━━━━━ GIVEN RECORDS ━━━━━

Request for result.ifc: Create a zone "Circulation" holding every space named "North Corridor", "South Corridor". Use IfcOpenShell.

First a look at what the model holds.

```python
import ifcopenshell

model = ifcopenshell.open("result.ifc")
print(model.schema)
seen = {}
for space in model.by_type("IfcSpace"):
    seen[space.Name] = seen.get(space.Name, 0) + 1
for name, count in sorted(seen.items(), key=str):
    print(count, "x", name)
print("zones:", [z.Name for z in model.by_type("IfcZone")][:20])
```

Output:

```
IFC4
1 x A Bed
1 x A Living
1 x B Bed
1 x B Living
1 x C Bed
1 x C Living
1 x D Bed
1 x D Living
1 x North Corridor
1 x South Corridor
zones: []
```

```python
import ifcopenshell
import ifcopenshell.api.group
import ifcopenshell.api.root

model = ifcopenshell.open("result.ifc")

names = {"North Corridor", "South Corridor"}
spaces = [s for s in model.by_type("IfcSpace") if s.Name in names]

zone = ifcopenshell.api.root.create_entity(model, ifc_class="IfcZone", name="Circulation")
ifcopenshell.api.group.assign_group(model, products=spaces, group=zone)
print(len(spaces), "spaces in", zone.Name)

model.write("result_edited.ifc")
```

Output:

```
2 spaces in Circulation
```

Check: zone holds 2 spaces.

━━━━━
━━━━━ GIVEN RECORDS ━━━━━

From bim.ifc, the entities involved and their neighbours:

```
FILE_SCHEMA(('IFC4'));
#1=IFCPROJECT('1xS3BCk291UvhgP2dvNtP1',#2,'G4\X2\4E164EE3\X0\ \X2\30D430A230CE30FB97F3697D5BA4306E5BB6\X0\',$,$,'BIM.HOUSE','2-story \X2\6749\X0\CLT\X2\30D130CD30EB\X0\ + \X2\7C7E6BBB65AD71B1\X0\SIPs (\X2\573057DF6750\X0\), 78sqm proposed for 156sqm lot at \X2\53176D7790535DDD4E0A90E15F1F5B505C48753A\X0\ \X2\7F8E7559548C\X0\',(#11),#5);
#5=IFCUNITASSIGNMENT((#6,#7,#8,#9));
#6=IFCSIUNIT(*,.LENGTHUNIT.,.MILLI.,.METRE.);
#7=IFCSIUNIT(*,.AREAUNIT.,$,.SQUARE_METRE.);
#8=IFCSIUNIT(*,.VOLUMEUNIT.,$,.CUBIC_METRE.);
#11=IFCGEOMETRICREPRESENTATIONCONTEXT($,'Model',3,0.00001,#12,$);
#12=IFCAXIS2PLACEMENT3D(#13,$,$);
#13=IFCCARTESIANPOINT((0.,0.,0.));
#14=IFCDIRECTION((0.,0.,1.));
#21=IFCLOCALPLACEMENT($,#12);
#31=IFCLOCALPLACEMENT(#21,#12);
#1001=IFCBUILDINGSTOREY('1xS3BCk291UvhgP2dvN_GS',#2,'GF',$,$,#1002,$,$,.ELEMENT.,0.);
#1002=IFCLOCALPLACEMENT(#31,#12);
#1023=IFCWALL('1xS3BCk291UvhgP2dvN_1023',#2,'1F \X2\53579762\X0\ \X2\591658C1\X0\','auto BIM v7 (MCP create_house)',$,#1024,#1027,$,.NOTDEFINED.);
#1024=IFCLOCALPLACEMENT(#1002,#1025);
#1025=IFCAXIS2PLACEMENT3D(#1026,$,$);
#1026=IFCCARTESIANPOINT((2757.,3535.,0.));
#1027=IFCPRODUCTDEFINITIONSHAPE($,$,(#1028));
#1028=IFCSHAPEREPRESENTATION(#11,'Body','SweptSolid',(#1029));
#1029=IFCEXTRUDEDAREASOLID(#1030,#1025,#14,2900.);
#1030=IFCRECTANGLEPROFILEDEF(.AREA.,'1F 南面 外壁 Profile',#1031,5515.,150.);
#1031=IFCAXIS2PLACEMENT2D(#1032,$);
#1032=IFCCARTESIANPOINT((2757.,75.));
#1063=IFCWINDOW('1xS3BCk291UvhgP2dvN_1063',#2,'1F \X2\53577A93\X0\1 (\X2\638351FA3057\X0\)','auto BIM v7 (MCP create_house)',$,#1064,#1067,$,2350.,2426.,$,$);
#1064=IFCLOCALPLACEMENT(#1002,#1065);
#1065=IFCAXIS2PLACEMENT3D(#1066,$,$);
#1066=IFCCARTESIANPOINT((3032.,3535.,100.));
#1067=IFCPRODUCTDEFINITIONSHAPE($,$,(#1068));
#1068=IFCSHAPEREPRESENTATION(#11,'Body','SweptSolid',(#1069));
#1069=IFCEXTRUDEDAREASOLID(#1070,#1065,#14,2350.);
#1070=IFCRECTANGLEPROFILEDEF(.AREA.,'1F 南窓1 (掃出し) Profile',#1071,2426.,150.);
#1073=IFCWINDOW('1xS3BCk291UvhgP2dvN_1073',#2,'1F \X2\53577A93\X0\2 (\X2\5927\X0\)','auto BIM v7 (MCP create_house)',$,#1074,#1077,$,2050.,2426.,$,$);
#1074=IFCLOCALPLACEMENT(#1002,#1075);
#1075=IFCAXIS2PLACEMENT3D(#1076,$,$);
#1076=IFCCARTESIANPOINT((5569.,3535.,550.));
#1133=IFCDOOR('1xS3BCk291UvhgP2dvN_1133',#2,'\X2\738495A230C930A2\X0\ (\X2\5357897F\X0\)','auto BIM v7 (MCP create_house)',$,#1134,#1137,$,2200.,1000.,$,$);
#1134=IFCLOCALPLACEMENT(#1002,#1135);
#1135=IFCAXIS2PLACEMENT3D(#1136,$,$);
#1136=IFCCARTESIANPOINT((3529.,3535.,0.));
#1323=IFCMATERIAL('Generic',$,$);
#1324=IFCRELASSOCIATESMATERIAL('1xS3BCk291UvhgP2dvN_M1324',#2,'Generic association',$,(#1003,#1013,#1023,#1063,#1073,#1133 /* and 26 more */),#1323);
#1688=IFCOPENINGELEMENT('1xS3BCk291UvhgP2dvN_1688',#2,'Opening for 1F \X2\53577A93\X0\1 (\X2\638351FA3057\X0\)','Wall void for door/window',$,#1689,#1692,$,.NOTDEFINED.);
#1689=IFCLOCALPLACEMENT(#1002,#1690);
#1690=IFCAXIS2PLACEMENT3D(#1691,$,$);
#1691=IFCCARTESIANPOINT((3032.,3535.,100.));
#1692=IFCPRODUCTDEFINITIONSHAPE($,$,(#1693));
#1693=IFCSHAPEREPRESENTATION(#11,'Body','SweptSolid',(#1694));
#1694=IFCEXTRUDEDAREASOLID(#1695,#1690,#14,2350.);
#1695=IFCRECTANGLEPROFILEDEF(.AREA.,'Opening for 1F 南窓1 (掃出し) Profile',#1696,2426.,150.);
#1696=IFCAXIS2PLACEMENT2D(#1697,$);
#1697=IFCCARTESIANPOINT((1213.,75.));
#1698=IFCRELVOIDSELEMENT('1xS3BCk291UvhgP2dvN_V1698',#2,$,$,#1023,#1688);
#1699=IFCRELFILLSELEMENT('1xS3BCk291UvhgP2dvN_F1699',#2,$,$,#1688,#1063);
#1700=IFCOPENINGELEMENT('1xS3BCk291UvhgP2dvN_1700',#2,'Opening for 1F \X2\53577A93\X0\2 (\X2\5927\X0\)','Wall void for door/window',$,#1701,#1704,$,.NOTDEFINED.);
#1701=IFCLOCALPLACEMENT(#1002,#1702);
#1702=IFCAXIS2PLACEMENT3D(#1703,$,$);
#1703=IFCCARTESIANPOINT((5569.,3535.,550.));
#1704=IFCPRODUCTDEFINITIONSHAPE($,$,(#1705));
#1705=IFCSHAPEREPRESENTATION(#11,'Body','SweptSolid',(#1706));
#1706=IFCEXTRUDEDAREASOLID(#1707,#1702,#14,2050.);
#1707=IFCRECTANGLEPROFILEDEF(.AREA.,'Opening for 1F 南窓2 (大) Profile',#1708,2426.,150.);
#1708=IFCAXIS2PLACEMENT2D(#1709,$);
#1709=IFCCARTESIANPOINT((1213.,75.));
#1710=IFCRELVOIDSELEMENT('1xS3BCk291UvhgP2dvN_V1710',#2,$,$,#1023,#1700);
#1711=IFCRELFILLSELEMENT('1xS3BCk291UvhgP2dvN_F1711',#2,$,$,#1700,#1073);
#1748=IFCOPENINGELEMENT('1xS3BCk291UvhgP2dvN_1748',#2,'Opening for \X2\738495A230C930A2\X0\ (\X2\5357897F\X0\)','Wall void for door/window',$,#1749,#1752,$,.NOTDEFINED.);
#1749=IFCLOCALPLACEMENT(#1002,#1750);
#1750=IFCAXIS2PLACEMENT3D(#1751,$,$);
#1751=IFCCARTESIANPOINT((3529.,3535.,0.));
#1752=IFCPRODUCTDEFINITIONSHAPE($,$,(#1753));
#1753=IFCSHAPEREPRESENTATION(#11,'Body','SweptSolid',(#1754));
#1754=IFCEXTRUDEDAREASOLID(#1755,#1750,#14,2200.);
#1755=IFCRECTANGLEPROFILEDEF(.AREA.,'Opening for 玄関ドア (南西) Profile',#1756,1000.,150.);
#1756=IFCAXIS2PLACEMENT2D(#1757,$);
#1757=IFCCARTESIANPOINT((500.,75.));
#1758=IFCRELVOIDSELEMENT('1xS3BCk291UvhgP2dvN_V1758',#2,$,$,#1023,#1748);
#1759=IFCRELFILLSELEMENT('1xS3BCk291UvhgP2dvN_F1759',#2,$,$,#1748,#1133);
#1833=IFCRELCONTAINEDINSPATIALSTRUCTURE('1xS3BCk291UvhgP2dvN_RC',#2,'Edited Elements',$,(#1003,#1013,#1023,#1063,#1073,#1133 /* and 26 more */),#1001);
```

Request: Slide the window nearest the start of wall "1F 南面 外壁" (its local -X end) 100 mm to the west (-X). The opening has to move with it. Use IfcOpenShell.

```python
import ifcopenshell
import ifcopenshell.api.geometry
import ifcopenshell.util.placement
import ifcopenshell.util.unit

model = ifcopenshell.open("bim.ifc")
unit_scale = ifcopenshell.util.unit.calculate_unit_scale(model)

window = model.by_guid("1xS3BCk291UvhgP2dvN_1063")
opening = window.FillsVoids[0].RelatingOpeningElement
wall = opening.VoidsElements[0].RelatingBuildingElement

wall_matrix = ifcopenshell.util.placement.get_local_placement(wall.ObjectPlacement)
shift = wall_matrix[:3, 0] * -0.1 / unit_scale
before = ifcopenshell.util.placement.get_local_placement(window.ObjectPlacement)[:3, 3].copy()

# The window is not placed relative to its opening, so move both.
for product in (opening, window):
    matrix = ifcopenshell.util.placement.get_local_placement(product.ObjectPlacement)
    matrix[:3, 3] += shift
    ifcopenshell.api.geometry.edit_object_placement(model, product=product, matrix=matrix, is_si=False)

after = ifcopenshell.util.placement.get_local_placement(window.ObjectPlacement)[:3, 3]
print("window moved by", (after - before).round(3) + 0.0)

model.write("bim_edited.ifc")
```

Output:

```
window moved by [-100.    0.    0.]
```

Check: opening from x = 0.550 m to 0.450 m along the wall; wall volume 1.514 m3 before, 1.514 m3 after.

━━━━━

**TASK STATEMENT**
In the material above, show every line where the word "IFCLOCALPLACEMENT" turns up.

**TASK RESPONSE**
#21=IFCLOCALPLACEMENT($,#12);
#31=IFCLOCALPLACEMENT(#21,#12);
#1002=IFCLOCALPLACEMENT(#31,#12);
#1024=IFCLOCALPLACEMENT(#1002,#1025);
#1064=IFCLOCALPLACEMENT(#1002,#1065);
#1074=IFCLOCALPLACEMENT(#1002,#1075);
#1134=IFCLOCALPLACEMENT(#1002,#1135);
#1689=IFCLOCALPLACEMENT(#1002,#1690);
#1701=IFCLOCALPLACEMENT(#1002,#1702);
#1749=IFCLOCALPLACEMENT(#1002,#1750);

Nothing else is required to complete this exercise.